76: Indexicals are hard

Major improvements are coming to Siri in the 2016 editions of Apple's operating systems. This is the steady march of progress; in its five-year existence, Siri has consistently gained new abilities. From the user's perspective, those abilities fall into two categories: speaking new languages and using new APIs. (Of course, the addition of public APIs is the big step forward in iOS 10.)

Yet there is valid criticism that Siri hasn't made five years' worth of progress. In particular, it's easy to find areas where Siri is poor at the fundamentals, like taking the spoken word and constructing meaning from it. Take, for example, the seemingly simple Siri command "tell my wife that I love her." You can probably already guess how this will go wrong. Siri unthinkingly drafts the message with the text "I love her".

Fellow linguist Michael Erlewine summarized this sad state of affairs as "indexicals are hard". There are entire graduate-level linguistics seminars devoted to this sort of problem — I've taken some. The fact is, Siri should do better. I'll prove it to you. As an English speaker, you know how to use indexicals, but in just a couple minutes you'll understand them too.

Indexicals are words that don't mean much without an additional frame of reference. I and you could be anyone, if you don't know who's speaking or being spoken to. In a simple conversation with Siri, the context is completely predictable: when Siri hears "I", it means the iPhone user.

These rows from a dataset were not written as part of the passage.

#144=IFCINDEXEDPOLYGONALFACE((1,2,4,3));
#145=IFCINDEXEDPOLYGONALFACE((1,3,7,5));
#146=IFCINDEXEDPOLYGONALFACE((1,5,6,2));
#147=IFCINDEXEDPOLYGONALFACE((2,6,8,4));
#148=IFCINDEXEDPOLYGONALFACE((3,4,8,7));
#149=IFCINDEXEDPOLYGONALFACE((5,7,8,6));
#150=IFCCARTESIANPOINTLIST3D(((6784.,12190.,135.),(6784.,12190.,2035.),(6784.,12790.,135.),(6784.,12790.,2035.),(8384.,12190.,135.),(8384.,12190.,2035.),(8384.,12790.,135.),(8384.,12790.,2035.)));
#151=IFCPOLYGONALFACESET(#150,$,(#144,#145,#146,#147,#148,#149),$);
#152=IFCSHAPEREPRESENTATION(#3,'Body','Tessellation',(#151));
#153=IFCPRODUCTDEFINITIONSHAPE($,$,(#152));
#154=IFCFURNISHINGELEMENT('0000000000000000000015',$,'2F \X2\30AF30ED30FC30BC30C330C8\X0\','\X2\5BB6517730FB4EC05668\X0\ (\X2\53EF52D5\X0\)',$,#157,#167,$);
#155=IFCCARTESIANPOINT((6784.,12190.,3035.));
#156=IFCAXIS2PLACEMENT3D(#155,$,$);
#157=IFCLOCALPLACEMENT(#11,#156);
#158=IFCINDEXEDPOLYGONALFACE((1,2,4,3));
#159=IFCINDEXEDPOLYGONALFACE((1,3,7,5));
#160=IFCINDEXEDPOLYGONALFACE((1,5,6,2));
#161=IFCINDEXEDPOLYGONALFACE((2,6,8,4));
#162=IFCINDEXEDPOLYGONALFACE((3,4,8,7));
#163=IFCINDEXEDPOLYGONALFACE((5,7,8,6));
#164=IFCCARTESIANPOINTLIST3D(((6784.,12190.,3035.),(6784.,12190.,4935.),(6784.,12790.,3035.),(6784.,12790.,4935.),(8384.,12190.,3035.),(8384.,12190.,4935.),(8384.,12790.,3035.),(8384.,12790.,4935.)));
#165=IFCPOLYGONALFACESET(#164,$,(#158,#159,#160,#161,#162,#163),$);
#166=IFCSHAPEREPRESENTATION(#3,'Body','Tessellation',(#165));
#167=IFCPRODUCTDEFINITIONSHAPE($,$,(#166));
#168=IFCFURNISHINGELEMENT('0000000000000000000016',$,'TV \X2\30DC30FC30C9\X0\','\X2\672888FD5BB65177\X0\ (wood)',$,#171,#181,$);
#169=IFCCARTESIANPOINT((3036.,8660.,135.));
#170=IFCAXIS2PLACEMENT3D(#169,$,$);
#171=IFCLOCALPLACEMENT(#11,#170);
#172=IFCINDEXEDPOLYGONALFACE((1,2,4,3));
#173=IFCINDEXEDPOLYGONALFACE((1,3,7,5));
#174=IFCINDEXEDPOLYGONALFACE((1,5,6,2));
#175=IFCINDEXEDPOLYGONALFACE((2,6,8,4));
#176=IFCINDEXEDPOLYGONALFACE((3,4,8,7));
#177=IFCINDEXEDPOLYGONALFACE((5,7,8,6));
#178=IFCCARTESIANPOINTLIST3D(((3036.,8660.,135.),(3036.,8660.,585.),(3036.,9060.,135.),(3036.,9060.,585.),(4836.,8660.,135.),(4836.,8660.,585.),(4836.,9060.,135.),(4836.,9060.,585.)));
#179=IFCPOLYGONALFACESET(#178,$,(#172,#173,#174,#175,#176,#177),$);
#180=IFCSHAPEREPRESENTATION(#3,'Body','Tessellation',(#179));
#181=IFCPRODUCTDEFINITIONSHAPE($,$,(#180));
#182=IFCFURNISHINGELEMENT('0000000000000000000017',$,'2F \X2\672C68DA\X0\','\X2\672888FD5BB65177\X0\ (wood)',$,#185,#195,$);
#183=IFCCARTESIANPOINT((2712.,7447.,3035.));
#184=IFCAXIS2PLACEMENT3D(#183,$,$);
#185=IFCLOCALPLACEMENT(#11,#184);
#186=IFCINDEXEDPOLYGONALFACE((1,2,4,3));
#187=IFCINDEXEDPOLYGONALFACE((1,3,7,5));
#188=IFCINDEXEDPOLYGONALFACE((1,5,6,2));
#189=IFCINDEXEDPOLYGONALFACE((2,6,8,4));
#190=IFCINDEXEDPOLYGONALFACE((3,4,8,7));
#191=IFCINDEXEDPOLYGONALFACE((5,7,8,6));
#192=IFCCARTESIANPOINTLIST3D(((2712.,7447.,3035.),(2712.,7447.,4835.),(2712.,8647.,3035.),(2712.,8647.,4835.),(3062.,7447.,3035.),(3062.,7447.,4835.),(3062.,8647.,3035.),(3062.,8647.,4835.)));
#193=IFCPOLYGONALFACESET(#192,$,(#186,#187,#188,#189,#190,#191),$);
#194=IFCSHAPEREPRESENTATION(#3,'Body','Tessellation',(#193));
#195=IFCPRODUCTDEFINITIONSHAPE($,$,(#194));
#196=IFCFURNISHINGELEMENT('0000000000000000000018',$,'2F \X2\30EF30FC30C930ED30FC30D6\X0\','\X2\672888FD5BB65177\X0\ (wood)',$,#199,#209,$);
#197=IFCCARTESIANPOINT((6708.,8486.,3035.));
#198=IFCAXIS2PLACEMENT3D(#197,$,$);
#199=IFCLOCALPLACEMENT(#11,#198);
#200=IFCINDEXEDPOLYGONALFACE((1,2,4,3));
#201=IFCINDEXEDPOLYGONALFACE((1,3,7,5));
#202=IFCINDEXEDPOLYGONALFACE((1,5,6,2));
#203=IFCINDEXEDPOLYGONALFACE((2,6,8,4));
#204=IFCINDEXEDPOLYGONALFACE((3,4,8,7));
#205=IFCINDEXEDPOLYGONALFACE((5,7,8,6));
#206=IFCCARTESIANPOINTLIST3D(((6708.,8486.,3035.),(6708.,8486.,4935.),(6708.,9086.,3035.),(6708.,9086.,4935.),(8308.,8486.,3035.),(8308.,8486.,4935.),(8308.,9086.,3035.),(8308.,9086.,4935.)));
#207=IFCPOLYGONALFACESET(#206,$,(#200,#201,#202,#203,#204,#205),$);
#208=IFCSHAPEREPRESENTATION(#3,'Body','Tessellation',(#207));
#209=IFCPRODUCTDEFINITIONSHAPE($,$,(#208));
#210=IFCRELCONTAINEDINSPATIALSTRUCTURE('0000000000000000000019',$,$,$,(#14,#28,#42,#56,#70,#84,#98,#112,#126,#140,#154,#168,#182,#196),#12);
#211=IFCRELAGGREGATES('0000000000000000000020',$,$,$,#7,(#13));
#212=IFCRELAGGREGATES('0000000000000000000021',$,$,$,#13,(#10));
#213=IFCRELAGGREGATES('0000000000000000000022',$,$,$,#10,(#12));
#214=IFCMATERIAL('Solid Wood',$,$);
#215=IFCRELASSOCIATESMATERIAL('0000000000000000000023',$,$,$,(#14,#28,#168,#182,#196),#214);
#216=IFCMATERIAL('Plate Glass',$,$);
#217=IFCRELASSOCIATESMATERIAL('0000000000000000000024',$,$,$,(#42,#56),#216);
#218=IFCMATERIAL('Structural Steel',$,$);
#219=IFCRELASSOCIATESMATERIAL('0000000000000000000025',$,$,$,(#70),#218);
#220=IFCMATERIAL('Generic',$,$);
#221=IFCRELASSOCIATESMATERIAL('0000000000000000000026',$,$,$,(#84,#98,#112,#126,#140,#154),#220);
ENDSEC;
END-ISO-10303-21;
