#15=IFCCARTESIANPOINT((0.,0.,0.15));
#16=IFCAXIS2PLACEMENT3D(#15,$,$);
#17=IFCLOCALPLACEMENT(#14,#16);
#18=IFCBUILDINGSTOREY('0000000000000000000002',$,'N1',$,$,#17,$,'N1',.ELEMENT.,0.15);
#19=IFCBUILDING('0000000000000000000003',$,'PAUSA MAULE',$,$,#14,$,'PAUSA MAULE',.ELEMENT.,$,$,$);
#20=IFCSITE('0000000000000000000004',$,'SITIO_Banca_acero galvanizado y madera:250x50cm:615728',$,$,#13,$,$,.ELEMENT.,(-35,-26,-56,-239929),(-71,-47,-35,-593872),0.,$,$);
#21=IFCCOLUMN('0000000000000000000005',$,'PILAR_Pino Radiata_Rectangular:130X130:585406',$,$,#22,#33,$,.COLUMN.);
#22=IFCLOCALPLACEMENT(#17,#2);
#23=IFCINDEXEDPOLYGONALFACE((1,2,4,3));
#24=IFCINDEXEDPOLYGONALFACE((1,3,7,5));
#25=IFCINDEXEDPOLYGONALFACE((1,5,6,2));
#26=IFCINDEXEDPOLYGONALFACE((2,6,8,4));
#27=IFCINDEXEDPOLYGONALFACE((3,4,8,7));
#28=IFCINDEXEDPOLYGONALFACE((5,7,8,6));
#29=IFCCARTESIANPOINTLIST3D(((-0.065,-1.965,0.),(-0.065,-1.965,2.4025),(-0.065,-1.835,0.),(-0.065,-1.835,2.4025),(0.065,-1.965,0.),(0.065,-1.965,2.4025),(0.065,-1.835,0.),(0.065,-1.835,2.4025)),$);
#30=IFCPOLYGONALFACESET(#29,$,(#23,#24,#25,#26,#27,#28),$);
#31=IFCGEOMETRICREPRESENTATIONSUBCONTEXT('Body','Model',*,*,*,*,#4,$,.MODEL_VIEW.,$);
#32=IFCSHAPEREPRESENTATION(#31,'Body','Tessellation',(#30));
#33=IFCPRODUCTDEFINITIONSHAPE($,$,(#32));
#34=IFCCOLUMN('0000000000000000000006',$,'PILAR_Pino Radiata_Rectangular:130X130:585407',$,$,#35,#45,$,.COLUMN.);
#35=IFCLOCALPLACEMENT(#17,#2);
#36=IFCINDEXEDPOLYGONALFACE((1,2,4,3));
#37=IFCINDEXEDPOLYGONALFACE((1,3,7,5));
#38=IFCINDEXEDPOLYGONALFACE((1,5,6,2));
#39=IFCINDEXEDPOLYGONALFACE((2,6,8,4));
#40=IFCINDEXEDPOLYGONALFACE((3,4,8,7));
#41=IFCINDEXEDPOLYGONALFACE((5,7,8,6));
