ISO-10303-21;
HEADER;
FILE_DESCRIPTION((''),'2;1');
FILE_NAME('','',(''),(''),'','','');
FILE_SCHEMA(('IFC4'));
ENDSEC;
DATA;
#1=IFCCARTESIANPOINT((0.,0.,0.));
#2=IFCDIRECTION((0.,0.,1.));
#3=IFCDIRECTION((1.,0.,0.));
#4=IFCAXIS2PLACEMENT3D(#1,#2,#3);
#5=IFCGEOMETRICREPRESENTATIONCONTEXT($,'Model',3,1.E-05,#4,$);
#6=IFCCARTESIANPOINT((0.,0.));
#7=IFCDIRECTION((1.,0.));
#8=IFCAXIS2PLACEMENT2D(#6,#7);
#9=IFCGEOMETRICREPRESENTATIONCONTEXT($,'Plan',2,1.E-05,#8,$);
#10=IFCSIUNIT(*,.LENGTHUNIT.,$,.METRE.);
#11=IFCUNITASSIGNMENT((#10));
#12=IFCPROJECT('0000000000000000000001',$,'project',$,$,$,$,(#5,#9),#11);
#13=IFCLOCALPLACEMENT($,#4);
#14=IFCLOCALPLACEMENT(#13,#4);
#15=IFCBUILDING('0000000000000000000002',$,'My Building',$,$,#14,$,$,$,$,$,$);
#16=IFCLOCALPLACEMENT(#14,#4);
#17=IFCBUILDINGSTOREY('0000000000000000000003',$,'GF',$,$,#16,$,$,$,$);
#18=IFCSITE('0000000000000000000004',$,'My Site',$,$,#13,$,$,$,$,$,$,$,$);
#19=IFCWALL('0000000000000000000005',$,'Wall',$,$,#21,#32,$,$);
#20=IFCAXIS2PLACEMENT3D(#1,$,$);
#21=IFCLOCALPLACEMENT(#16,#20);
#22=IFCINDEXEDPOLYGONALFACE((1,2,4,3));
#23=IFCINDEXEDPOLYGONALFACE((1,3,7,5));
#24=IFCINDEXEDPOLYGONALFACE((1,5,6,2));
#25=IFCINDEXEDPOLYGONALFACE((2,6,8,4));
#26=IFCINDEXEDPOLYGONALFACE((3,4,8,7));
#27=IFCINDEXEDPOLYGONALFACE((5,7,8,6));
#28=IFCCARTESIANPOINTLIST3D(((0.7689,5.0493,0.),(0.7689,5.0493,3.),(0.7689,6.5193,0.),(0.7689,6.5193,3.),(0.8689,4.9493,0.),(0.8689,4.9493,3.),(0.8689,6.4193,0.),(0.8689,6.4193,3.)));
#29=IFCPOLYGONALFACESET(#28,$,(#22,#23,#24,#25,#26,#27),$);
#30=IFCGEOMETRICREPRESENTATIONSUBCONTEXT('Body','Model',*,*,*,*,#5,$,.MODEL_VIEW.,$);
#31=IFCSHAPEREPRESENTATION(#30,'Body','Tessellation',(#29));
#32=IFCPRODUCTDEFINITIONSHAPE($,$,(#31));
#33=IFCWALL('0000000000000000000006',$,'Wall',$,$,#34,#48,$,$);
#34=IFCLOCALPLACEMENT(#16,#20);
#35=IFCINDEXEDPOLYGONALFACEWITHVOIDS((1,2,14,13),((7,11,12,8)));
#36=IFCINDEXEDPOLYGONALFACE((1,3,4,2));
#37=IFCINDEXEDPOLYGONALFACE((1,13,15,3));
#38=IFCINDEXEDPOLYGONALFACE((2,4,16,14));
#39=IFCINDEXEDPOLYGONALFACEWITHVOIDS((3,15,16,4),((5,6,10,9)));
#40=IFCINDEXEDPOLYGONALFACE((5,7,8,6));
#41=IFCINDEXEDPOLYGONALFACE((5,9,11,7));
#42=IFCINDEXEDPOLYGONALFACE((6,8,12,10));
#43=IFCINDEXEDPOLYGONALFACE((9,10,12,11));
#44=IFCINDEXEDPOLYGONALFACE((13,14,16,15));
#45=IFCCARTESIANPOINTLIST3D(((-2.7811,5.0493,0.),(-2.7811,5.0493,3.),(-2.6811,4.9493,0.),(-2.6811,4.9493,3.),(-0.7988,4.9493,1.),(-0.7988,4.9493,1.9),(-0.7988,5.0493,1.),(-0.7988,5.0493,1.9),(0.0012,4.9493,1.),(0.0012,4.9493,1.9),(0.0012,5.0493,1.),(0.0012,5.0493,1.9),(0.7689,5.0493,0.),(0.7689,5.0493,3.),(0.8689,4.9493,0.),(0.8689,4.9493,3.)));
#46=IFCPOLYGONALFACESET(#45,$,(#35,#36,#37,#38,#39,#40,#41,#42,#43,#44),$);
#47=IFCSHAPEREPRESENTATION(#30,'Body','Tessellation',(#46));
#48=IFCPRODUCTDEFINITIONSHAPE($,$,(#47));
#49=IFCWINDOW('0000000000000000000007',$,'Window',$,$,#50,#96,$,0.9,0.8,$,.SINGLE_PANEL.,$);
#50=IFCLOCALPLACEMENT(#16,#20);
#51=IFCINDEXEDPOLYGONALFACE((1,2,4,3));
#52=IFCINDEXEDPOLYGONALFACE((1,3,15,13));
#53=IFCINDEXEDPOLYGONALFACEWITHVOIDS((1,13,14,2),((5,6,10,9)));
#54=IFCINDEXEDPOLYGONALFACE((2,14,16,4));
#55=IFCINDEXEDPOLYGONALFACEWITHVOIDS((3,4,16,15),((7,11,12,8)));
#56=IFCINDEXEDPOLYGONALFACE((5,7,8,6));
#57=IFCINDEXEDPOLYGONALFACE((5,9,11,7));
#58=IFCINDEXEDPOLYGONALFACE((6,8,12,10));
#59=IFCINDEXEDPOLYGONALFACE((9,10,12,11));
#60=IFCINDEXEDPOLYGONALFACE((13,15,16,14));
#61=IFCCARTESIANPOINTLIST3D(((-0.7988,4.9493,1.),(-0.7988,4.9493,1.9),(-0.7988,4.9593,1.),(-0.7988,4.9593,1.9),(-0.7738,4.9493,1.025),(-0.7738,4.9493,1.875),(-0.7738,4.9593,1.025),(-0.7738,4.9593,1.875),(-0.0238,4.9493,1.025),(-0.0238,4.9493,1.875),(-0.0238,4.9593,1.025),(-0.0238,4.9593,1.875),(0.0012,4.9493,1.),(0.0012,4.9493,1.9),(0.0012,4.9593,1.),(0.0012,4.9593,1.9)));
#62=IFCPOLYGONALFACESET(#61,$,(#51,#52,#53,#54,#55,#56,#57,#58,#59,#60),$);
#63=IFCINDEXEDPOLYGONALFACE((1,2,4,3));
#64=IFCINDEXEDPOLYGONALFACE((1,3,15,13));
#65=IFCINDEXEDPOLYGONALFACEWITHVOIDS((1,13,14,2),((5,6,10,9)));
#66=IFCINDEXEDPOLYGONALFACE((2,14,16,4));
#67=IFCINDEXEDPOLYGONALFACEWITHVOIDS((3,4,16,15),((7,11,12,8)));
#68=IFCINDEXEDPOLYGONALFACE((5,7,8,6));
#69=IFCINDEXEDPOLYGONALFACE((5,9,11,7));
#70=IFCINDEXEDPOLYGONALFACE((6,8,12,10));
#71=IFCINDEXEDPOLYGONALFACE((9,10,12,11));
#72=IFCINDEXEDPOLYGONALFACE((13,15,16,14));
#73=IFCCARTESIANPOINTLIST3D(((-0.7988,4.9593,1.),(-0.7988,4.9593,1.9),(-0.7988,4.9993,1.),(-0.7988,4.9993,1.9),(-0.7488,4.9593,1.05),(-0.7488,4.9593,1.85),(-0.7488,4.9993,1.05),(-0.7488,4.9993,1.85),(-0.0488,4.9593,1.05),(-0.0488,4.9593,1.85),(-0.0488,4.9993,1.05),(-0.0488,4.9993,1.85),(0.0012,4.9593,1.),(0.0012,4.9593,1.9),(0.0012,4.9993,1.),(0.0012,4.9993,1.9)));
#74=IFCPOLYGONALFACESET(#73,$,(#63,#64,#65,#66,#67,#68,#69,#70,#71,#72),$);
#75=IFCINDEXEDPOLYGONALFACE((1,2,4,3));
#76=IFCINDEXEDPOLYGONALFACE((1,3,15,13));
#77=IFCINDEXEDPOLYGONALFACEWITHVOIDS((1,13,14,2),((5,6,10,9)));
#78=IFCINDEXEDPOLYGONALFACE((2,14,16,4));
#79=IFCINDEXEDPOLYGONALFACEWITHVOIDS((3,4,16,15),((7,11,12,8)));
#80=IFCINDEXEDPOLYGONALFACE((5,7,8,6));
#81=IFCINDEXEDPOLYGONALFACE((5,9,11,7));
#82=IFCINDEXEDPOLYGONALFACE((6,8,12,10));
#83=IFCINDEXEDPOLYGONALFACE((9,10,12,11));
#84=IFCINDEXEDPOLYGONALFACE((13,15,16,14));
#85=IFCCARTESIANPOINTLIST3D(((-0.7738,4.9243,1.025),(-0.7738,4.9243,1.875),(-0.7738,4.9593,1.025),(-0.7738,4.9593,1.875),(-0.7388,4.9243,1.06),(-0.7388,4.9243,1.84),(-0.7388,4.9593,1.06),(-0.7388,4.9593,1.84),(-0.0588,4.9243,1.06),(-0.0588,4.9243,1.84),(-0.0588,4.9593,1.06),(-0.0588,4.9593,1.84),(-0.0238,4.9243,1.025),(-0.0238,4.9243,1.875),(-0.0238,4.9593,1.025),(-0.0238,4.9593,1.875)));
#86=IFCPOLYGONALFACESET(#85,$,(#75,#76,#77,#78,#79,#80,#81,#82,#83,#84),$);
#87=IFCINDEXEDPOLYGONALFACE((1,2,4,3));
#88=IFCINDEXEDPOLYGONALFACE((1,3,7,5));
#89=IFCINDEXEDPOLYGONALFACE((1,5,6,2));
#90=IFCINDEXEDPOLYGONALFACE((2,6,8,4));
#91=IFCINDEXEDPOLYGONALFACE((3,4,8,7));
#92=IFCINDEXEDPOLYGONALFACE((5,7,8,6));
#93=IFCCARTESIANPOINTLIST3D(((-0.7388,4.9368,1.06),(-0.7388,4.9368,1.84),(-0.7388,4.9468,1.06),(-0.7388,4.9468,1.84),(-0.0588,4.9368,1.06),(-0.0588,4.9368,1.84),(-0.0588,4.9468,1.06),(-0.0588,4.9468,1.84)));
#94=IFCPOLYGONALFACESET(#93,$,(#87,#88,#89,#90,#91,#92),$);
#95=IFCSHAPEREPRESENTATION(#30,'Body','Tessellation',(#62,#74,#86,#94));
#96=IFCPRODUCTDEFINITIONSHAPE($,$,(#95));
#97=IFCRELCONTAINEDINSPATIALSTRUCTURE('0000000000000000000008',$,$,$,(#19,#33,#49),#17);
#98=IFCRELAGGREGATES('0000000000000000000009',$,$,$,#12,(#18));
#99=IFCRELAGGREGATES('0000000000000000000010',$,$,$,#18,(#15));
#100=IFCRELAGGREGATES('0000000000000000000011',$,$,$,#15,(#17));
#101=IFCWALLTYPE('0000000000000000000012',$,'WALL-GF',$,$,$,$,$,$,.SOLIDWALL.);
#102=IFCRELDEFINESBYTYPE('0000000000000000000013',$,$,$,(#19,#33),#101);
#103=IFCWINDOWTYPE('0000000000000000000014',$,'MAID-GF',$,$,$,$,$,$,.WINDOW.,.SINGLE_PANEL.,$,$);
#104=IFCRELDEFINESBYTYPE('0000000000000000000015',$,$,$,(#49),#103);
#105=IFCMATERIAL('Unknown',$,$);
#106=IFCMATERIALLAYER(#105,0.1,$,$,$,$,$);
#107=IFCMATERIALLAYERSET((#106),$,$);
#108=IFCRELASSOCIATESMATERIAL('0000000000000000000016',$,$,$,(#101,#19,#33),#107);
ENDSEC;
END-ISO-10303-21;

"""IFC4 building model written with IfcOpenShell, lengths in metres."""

from ifc_helpers import new_model, entity, si_unit, frame, origin_with_axes, origin_2d_with_axis, place, context, subcontext, project, spatial, line, indexed_curve, outline, extrude, shape, source, transform, mapped, material, layer, layer_set, layer_usage, type_object, type_shapes, element, fill, save


model = new_model("IFC4")

# Units and contexts
model_context = context("Model", 3, precision=1e-05, world=origin_with_axes())
plan_context = context("Plan", 2, precision=1e-05, world=origin_2d_with_axis())
body_context_1 = subcontext(model_context, "Body", "Model", "MODEL_VIEW")
body_context_2 = subcontext(plan_context, "Body", "Plan", "PLAN_VIEW")
ifc_project = project(units=[si_unit("LENGTHUNIT", "METRE")], contexts=[model_context, plan_context])

# Site, building, storey
site_placement = place(None, origin_with_axes())
site = spatial("IfcSite", under=ifc_project, at=site_placement, Name="My Site")
building_placement = place(site_placement, origin_with_axes())
building = spatial("IfcBuilding", under=site, at=building_placement, Name="My Building")
storey_placement = place(building_placement, origin_with_axes())
storey = spatial("IfcBuildingStorey", under=building, at=storey_placement, Name="GF")

# Shared definitions
ifc_material_1 = material(Name="Unknown")

# Wall
ifc_layer_1 = layer(ifc_material_1, 0.1)
ifc_layer_set_1 = layer_set([ifc_layer_1])
wall_type = type_object("IfcWallType", Name="WALL-GF", PredefinedType="SOLIDWALL", material=ifc_layer_set_1)
ifc_layer_usage_1 = layer_usage(ifc_layer_set_1, "AXIS2", "POSITIVE", 0.0)
wall_1_placement = place(storey_placement, frame((0.7689, 6.5193, 0.0), z_axis=(0.0, 0.0, 1.0), x_axis=(0.0, -1.0, 0.0)))
element("IfcWall", 1, at=wall_1_placement, inside=storey, type_object=wall_type, material=ifc_layer_usage_1, Name="Wall", context=body_context_1, shape_type="SweptSolid", body=[
    extrude(outline(indexed_curve([(0.0, 0.0), (0.1, 0.1), (1.57, 0.1), (1.47, 0.0)], segments=[line(1, 2, 3, 4, 1)])), origin_with_axes(), (0.0, 0.0, 1.0), 3.0),
])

The misguided text message example adds complexity; there's additional context earlier in the sentence that identifies who "she" is. As English speakers we know that it matches up with "my wife", and that "my" is the possessive of "I" — which is predictable! — so the whole phrase should be interpreted as "the iPhone user's wife". That's information that Siri knows exactly what to do with, as long as your contact cards are organized properly. It should also know that a pronoun referring to the recipient of a new message should always become "you."

Yes, it's tricky, with a couple of frame shifts, but this is a solved natural language processing problem. The explanations of the new public Siri APIs indicate to me that Siri isn't even attempting to construct meanings based on the grammars of languages it speaks. Instead it heuristically goes from audio to text to "intent". That's absurd for an organization with the massive NLP talent Apple has. Implementing a basic solution to this problem is the stuff of undergraduate NLP term projects. In other words, if you're Apple, literally a summer intern could do it, at least passably. Perhaps passable isn't good enough, and they're holding out for perfection, but that's a losing game; natural language is uniquely human, and humans are never perfect. In the meantime, the best way to register our intents isn't through a speech interface, but through the direct interface between our brains and our thumbs.